╔══

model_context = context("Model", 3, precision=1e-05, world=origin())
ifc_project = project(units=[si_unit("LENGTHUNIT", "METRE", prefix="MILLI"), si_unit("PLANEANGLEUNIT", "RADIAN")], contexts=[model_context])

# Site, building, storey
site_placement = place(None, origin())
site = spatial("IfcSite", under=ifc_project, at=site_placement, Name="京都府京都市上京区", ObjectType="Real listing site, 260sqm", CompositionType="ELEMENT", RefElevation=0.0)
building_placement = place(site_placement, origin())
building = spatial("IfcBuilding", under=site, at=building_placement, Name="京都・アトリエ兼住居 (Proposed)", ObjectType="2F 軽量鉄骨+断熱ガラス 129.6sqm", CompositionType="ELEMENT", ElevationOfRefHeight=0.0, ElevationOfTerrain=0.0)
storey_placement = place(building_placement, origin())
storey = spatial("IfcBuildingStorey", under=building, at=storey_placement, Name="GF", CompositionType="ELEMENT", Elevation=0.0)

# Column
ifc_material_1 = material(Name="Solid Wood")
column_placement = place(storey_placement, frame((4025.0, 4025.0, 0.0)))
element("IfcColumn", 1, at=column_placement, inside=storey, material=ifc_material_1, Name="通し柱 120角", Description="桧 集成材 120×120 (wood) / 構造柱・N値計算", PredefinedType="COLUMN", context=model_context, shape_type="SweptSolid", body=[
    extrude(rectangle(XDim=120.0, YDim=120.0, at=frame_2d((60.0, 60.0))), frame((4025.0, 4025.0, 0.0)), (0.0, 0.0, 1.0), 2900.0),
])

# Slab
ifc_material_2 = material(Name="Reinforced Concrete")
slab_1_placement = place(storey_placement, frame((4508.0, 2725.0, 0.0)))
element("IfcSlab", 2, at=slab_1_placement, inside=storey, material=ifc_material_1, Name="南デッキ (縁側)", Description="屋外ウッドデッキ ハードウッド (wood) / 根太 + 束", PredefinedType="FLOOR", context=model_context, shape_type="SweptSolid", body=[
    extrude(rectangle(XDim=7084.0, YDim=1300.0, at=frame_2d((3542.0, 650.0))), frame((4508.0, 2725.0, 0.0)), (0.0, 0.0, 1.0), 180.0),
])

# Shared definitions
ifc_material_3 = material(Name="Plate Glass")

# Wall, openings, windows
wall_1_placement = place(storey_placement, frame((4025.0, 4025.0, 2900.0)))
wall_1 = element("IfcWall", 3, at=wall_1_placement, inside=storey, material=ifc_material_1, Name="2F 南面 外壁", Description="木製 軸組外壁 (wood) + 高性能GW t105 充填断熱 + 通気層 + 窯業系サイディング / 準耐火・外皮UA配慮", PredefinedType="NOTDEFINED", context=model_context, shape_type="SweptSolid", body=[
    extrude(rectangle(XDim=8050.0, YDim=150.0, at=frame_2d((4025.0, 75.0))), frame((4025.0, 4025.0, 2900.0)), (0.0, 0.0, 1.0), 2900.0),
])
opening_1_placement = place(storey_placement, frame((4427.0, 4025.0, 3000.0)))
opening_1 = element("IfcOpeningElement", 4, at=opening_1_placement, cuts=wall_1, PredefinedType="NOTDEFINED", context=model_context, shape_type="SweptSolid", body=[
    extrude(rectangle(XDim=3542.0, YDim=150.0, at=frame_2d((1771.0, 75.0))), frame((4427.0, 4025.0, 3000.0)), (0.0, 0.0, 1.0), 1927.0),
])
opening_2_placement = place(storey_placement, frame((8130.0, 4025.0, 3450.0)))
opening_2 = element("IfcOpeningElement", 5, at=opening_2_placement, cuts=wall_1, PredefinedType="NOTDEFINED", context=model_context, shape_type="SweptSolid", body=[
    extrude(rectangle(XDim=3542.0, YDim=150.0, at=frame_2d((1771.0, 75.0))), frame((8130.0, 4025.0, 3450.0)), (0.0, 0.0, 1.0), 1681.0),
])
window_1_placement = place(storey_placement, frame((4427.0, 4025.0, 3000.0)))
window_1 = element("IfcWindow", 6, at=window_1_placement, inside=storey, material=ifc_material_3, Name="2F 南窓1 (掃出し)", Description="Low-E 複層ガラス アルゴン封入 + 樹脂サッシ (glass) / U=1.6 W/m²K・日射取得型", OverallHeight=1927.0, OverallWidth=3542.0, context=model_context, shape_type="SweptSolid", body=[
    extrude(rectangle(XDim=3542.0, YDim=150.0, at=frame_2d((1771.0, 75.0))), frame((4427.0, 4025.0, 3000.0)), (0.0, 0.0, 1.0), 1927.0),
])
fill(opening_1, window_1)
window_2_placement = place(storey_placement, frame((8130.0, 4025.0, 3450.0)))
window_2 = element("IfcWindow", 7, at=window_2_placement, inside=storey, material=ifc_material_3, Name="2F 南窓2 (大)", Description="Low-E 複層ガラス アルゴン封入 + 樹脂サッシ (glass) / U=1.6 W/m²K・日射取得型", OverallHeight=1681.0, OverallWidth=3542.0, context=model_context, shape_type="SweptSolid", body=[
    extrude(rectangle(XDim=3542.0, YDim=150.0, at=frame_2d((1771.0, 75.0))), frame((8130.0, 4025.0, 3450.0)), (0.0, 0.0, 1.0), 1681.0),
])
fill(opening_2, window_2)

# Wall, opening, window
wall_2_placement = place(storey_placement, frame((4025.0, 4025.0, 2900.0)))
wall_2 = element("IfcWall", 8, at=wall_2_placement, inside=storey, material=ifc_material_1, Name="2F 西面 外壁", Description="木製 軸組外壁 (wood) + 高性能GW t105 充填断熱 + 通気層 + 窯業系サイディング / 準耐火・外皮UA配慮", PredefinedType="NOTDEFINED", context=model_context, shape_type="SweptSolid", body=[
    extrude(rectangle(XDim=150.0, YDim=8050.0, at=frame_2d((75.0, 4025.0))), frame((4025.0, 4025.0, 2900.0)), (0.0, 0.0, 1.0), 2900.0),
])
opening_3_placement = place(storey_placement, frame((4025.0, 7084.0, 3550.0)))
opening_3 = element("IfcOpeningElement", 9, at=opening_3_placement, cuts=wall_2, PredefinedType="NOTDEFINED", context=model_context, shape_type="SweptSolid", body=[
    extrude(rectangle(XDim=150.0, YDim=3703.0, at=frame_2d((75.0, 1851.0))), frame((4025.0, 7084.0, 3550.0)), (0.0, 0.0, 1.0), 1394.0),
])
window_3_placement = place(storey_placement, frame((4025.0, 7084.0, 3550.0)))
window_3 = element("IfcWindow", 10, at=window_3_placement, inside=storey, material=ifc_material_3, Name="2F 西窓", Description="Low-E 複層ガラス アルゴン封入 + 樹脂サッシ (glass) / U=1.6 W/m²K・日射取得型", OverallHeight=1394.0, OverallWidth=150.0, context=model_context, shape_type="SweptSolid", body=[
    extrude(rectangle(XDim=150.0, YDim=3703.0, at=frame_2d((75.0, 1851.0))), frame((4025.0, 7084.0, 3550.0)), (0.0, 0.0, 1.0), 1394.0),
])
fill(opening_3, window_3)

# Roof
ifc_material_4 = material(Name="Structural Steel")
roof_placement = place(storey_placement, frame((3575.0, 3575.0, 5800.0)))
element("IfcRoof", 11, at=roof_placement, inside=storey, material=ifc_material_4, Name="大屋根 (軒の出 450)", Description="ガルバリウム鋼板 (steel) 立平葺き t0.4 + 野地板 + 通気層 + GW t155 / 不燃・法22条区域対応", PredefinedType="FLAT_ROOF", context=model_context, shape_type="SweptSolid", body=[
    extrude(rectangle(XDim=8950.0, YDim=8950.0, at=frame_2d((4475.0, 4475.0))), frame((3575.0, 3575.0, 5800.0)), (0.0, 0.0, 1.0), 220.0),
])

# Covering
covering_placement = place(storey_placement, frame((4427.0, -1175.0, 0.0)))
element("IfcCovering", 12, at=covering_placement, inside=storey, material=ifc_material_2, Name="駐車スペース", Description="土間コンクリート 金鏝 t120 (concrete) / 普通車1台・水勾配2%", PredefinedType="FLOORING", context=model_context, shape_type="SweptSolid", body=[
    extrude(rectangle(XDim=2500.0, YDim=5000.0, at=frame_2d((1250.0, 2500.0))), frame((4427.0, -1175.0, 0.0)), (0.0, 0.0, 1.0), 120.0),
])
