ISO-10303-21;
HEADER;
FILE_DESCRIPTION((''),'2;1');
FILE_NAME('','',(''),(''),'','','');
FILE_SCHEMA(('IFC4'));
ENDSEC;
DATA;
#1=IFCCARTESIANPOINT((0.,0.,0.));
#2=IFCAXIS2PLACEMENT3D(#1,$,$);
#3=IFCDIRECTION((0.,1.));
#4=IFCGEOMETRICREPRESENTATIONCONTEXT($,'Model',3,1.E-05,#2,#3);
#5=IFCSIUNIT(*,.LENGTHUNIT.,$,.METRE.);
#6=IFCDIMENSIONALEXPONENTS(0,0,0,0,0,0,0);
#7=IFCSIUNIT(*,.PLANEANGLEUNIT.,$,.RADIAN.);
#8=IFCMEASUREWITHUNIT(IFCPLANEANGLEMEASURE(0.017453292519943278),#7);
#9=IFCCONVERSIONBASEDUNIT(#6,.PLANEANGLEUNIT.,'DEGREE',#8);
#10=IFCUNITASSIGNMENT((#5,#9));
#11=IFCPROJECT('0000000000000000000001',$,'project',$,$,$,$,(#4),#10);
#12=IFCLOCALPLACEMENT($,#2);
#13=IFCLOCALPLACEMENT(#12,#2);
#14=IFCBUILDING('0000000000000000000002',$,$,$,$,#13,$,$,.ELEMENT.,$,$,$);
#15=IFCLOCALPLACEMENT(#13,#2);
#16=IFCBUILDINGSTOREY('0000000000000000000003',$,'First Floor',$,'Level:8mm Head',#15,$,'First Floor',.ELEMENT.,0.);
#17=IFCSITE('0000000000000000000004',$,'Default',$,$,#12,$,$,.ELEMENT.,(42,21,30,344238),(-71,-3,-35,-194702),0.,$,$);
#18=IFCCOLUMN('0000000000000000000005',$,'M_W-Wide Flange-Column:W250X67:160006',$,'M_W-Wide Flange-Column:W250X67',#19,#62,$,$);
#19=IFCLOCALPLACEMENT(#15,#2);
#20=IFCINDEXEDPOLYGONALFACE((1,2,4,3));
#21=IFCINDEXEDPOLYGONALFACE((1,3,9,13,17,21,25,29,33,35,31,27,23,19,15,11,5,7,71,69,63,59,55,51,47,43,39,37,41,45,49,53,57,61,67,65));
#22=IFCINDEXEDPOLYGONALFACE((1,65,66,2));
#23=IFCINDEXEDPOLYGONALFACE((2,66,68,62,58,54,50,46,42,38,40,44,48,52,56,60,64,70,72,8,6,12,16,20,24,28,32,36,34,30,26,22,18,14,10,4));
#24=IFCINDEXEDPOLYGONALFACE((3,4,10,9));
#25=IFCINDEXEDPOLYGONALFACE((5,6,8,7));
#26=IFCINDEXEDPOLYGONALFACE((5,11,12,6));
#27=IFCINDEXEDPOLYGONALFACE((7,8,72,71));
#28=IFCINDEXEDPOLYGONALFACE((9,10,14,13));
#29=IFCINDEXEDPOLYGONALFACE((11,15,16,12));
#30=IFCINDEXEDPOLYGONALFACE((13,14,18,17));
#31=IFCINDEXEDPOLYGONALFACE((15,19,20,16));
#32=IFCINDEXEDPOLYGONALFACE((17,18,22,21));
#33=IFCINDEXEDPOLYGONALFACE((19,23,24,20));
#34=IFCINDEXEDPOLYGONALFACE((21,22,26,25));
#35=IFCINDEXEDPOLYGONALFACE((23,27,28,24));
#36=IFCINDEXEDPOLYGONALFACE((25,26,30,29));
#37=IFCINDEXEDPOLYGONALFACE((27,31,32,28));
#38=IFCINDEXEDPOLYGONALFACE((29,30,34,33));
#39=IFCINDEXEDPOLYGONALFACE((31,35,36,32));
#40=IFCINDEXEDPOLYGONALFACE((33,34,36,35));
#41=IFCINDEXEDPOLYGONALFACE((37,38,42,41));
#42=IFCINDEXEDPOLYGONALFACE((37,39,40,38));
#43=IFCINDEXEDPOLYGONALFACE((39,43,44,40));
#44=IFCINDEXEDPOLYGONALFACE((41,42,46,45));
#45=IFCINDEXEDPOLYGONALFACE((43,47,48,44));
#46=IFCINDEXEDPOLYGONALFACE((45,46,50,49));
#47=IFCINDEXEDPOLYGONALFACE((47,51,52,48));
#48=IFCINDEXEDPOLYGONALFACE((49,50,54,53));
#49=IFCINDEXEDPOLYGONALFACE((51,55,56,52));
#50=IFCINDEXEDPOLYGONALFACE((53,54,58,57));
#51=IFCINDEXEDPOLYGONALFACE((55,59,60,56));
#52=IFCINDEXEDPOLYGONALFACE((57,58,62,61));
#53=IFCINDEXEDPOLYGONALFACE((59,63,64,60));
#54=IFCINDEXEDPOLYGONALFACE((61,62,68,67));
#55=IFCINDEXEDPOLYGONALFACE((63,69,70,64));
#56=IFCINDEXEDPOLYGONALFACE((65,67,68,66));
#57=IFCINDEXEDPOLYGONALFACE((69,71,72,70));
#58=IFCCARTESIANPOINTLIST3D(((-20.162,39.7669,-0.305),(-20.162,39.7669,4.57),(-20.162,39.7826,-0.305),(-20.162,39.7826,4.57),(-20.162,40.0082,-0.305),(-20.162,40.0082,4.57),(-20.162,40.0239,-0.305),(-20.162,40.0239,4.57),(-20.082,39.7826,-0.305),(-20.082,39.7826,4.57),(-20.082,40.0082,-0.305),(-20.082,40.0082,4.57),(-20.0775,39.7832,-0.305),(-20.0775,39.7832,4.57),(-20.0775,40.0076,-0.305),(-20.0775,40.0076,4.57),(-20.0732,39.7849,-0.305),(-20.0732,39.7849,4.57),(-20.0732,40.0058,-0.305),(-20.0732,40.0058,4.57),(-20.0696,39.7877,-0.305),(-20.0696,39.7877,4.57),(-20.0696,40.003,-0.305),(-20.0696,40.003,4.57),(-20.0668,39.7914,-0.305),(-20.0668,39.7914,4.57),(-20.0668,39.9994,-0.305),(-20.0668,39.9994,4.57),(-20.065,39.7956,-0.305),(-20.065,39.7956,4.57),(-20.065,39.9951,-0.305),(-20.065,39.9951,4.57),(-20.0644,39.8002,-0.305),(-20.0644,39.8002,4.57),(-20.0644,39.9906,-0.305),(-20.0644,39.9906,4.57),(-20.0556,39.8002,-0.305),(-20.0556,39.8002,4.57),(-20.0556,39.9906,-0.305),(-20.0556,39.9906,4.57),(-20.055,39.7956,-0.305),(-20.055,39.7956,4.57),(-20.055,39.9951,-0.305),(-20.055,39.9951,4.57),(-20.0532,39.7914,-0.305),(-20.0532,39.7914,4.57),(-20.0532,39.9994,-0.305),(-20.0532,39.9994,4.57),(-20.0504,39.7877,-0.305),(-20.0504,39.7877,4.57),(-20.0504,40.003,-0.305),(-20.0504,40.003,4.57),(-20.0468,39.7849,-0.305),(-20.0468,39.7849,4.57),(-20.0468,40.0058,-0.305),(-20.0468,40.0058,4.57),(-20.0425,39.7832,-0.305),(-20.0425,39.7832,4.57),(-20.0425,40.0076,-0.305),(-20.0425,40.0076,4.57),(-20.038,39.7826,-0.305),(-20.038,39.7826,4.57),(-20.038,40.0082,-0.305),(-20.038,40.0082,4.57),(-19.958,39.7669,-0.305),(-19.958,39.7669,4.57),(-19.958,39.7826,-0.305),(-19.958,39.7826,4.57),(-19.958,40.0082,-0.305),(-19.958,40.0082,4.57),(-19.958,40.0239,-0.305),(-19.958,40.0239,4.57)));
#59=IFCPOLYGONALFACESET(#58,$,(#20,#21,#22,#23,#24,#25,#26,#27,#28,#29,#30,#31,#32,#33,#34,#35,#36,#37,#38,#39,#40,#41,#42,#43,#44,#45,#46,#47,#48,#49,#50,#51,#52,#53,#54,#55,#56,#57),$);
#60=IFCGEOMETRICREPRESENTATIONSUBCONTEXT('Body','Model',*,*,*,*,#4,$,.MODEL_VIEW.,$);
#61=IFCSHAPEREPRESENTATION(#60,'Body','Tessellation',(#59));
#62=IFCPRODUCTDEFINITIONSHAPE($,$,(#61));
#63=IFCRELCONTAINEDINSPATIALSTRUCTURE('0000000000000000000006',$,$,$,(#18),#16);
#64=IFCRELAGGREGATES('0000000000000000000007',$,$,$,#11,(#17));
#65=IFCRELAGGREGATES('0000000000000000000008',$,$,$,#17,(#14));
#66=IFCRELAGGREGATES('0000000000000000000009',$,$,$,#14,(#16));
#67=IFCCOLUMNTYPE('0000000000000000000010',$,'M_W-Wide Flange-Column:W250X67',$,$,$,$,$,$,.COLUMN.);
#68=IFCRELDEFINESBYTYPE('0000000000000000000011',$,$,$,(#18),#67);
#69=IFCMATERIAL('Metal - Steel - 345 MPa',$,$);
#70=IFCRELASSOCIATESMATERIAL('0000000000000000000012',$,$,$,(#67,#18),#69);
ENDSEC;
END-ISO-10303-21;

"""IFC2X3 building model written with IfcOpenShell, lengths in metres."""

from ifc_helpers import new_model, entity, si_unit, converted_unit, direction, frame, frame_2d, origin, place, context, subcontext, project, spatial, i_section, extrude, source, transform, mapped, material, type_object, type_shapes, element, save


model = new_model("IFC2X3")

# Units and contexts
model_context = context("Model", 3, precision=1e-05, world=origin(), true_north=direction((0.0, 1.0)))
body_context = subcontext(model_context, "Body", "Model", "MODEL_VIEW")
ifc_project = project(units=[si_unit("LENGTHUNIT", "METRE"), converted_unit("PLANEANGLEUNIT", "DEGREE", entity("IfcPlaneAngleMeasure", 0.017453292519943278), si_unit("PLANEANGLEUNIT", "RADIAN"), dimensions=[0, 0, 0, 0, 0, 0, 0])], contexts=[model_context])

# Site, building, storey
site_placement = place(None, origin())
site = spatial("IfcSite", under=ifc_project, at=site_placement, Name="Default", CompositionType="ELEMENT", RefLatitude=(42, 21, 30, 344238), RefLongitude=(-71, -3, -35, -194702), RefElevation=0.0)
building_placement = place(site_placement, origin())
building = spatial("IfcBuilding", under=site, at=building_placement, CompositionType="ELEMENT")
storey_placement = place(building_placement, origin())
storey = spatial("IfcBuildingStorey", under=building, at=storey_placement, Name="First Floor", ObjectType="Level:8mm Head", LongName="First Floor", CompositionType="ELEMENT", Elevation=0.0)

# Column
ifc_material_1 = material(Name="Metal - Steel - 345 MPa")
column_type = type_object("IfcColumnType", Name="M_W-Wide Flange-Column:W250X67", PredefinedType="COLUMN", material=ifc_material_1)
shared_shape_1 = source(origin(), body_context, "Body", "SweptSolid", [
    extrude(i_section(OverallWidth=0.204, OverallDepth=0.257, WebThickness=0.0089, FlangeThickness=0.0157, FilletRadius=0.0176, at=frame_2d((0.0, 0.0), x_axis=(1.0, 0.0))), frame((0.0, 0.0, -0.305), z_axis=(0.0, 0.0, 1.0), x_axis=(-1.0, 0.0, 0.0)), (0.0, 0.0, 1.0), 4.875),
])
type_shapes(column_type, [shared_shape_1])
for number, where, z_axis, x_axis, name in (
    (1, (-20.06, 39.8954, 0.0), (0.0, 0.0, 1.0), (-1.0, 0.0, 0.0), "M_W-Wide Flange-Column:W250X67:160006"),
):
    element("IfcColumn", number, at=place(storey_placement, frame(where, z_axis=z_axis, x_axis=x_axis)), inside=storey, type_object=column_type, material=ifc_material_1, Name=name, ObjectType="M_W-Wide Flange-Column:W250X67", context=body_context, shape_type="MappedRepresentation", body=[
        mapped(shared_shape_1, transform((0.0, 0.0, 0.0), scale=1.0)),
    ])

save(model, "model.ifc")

╚══
╔══

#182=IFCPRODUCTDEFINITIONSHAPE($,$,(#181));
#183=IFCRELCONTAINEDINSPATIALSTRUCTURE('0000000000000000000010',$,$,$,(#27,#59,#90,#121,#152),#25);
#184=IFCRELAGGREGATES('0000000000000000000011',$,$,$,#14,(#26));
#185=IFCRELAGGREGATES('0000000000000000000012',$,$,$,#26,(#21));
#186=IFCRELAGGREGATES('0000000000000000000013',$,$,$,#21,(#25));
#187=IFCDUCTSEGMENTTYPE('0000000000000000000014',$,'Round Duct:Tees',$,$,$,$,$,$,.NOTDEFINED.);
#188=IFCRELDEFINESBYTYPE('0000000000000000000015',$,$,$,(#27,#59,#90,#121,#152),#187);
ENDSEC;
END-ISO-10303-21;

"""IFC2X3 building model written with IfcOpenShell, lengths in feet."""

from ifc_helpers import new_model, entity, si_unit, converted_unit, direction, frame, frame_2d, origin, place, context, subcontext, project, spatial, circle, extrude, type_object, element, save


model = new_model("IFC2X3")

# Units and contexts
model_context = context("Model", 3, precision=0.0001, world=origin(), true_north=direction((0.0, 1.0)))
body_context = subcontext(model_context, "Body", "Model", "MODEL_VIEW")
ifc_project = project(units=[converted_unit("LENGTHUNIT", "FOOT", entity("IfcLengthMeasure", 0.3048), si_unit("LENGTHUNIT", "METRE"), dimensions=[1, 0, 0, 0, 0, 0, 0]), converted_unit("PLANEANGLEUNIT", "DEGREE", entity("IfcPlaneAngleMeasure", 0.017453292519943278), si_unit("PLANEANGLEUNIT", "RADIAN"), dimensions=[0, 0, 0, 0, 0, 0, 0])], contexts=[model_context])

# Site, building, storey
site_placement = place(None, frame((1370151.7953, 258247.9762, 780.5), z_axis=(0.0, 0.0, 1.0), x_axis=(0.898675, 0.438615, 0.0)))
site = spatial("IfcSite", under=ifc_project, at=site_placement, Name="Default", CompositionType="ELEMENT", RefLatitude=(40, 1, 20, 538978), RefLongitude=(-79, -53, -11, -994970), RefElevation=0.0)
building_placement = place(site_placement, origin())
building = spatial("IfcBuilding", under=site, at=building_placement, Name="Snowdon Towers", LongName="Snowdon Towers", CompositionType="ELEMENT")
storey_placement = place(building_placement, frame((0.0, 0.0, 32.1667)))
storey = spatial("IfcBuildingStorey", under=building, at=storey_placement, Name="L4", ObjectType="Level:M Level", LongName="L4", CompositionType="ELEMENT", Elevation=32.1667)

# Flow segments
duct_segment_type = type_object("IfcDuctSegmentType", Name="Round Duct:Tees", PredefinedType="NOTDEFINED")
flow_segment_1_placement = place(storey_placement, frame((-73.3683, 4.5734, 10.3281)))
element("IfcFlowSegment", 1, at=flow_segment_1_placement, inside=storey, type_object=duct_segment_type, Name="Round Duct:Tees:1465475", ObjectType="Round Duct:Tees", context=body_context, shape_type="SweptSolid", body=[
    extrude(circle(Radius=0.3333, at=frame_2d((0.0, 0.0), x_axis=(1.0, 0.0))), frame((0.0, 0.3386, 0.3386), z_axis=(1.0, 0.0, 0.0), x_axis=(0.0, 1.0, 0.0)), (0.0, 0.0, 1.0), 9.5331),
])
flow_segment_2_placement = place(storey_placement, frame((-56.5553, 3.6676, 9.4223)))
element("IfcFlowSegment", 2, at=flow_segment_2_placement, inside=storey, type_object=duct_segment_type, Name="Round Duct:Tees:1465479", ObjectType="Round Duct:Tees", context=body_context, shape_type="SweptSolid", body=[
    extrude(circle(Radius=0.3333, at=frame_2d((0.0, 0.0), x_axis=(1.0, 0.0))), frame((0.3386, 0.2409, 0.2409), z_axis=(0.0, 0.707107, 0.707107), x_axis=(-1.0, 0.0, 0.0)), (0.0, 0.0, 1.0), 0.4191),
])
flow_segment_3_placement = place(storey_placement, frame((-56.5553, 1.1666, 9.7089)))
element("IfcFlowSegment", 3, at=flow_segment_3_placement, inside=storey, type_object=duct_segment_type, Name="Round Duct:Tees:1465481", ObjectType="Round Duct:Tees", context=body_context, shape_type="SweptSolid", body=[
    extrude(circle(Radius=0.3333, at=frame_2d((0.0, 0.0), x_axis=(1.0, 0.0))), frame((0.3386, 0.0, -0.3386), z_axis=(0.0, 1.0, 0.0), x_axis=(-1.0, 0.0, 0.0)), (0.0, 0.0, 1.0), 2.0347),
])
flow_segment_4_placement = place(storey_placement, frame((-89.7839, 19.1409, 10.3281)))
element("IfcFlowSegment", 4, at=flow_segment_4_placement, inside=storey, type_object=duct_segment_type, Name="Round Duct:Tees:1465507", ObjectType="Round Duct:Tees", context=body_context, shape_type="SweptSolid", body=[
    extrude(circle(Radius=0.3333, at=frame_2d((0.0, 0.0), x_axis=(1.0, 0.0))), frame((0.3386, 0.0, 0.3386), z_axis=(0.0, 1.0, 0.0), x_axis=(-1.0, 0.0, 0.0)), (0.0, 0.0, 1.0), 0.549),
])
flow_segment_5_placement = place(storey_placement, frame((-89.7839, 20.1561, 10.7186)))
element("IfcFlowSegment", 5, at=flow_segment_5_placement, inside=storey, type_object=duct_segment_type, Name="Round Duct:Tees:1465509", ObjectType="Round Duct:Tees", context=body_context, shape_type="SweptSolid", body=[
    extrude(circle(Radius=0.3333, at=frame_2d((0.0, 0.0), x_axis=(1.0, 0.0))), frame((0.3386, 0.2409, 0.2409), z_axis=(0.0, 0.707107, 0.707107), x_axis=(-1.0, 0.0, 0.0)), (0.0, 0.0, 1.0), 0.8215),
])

╚══

• _Exercise details_
Repeat exactly the lines above from the one with "#2=IFCAXIS2PLACEMENT3D(#1,$,$);" up to and including the one with "#29=IFCINDEXEDPOLYGONALFACE((11,15,16,12));". No other line belongs in the reply.

• _Reply to the exercise_
#2=IFCAXIS2PLACEMENT3D(#1,$,$);
#3=IFCDIRECTION((0.,1.));
#4=IFCGEOMETRICREPRESENTATIONCONTEXT($,'Model',3,1.E-05,#2,#3);
#5=IFCSIUNIT(*,.LENGTHUNIT.,$,.METRE.);
#6=IFCDIMENSIONALEXPONENTS(0,0,0,0,0,0,0);
#7=IFCSIUNIT(*,.PLANEANGLEUNIT.,$,.RADIAN.);
#8=IFCMEASUREWITHUNIT(IFCPLANEANGLEMEASURE(0.017453292519943278),#7);
#9=IFCCONVERSIONBASEDUNIT(#6,.PLANEANGLEUNIT.,'DEGREE',#8);
#10=IFCUNITASSIGNMENT((#5,#9));
#11=IFCPROJECT('0000000000000000000001',$,'project',$,$,$,$,(#4),#10);
#12=IFCLOCALPLACEMENT($,#2);
#13=IFCLOCALPLACEMENT(#12,#2);
#14=IFCBUILDING('0000000000000000000002',$,$,$,$,#13,$,$,.ELEMENT.,$,$,$);
#15=IFCLOCALPLACEMENT(#13,#2);
#16=IFCBUILDINGSTOREY('0000000000000000000003',$,'First Floor',$,'Level:8mm Head',#15,$,'First Floor',.ELEMENT.,0.);
#17=IFCSITE('0000000000000000000004',$,'Default',$,$,#12,$,$,.ELEMENT.,(42,21,30,344238),(-71,-3,-35,-194702),0.,$,$);
#18=IFCCOLUMN('0000000000000000000005',$,'M_W-Wide Flange-Column:W250X67:160006',$,'M_W-Wide Flange-Column:W250X67',#19,#62,$,$);
#19=IFCLOCALPLACEMENT(#15,#2);
#20=IFCINDEXEDPOLYGONALFACE((1,2,4,3));
#21=IFCINDEXEDPOLYGONALFACE((1,3,9,13,17,21,25,29,33,35,31,27,23,19,15,11,5,7,71,69,63,59,55,51,47,43,39,37,41,45,49,53,57,61,67,65));
#22=IFCINDEXEDPOLYGONALFACE((1,65,66,2));
#23=IFCINDEXEDPOLYGONALFACE((2,66,68,62,58,54,50,46,42,38,40,44,48,52,56,60,64,70,72,8,6,12,16,20,24,28,32,36,34,30,26,22,18,14,10,4));
#24=IFCINDEXEDPOLYGONALFACE((3,4,10,9));
#25=IFCINDEXEDPOLYGONALFACE((5,6,8,7));
#26=IFCINDEXEDPOLYGONALFACE((5,11,12,6));
#27=IFCINDEXEDPOLYGONALFACE((7,8,72,71));
#28=IFCINDEXEDPOLYGONALFACE((9,10,14,13));
#29=IFCINDEXEDPOLYGONALFACE((11,15,16,12));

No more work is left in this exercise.